(Collected data entries)

──────────────────────────────

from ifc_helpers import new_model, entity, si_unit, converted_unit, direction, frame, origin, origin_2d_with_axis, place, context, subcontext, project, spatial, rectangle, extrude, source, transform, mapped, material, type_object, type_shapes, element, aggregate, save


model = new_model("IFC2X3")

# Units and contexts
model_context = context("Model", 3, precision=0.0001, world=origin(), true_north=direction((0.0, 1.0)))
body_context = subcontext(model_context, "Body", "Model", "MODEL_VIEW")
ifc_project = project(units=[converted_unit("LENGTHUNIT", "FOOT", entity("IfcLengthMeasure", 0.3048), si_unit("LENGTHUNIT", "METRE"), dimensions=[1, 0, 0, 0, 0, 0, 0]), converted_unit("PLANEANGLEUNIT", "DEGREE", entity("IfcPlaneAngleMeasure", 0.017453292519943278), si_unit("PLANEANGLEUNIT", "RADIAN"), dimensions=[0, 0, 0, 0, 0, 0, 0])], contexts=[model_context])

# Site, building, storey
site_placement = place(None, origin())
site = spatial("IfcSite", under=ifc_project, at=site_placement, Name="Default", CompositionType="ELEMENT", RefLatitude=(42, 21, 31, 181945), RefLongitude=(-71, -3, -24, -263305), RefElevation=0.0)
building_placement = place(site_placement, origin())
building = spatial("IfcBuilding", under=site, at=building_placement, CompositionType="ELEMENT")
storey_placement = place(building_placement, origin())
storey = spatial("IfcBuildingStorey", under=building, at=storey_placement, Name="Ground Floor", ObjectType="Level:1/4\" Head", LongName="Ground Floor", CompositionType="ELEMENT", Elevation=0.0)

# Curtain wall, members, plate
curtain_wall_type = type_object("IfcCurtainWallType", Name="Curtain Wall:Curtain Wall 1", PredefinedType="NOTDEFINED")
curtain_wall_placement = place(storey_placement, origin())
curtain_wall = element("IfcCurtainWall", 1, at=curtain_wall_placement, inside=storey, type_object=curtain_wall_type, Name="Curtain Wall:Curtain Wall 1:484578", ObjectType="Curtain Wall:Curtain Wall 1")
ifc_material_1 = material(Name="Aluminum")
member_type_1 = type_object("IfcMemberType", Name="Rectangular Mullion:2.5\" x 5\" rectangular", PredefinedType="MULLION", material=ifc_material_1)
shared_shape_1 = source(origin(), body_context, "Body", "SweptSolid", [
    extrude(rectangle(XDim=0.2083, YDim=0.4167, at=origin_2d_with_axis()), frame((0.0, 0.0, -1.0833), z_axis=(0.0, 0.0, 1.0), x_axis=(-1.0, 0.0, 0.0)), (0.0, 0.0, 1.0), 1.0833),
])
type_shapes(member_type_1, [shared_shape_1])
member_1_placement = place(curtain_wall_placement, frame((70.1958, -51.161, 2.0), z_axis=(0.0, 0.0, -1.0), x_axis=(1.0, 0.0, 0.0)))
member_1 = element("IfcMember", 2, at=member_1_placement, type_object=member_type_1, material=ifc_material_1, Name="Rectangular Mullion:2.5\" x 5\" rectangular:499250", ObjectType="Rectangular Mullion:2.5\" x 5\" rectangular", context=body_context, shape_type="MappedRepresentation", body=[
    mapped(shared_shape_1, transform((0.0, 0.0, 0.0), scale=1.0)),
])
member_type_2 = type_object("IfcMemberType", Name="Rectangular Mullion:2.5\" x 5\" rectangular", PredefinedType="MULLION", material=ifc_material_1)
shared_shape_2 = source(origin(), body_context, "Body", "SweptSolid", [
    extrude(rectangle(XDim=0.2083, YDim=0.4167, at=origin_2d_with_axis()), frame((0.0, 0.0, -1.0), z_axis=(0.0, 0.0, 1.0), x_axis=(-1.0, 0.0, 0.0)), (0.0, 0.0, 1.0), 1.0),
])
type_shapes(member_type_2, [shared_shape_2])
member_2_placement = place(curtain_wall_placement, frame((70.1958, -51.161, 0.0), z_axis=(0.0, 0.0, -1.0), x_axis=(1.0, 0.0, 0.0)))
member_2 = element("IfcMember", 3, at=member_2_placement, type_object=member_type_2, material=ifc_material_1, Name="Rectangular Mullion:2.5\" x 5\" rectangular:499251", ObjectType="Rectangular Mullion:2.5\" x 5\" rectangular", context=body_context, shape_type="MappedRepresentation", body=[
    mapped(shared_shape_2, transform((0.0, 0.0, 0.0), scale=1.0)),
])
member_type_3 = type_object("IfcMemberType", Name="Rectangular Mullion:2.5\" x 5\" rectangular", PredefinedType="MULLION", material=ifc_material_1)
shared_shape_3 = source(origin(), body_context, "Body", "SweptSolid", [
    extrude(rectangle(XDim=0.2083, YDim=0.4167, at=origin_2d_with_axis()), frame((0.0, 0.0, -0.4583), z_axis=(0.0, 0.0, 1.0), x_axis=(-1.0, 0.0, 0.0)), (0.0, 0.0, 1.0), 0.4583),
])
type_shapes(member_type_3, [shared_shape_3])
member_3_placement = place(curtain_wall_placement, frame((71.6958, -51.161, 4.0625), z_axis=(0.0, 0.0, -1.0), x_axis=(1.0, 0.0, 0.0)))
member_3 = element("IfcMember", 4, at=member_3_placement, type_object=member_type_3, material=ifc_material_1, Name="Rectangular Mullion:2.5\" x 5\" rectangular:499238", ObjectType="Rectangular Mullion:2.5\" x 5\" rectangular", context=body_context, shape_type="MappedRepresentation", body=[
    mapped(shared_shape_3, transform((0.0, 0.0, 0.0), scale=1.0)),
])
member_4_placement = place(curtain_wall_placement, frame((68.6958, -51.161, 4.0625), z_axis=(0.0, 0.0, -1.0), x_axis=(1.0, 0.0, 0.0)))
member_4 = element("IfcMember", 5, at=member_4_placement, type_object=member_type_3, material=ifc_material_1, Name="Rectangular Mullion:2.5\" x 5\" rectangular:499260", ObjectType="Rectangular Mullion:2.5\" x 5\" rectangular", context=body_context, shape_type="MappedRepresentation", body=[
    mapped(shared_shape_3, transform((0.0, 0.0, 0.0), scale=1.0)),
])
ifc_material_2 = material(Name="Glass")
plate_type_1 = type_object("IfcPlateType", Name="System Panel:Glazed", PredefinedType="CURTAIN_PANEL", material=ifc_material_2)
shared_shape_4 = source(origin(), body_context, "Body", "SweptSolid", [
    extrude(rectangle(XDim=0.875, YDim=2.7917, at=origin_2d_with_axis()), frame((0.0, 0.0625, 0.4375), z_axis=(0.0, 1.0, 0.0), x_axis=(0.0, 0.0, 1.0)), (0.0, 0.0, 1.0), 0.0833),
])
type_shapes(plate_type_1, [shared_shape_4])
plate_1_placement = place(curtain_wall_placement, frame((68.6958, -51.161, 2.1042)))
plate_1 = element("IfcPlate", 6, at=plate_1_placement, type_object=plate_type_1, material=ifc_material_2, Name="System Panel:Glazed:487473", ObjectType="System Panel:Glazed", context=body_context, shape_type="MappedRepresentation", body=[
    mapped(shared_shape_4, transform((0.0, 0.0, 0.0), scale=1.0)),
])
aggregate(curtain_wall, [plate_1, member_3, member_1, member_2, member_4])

──────────────────────────────

INSTRUCTIONS FOR THE TASK>
Check each line of the data above for the word "aggregate". Report how many lines have it, and nothing else.

FINAL ANSWER>
2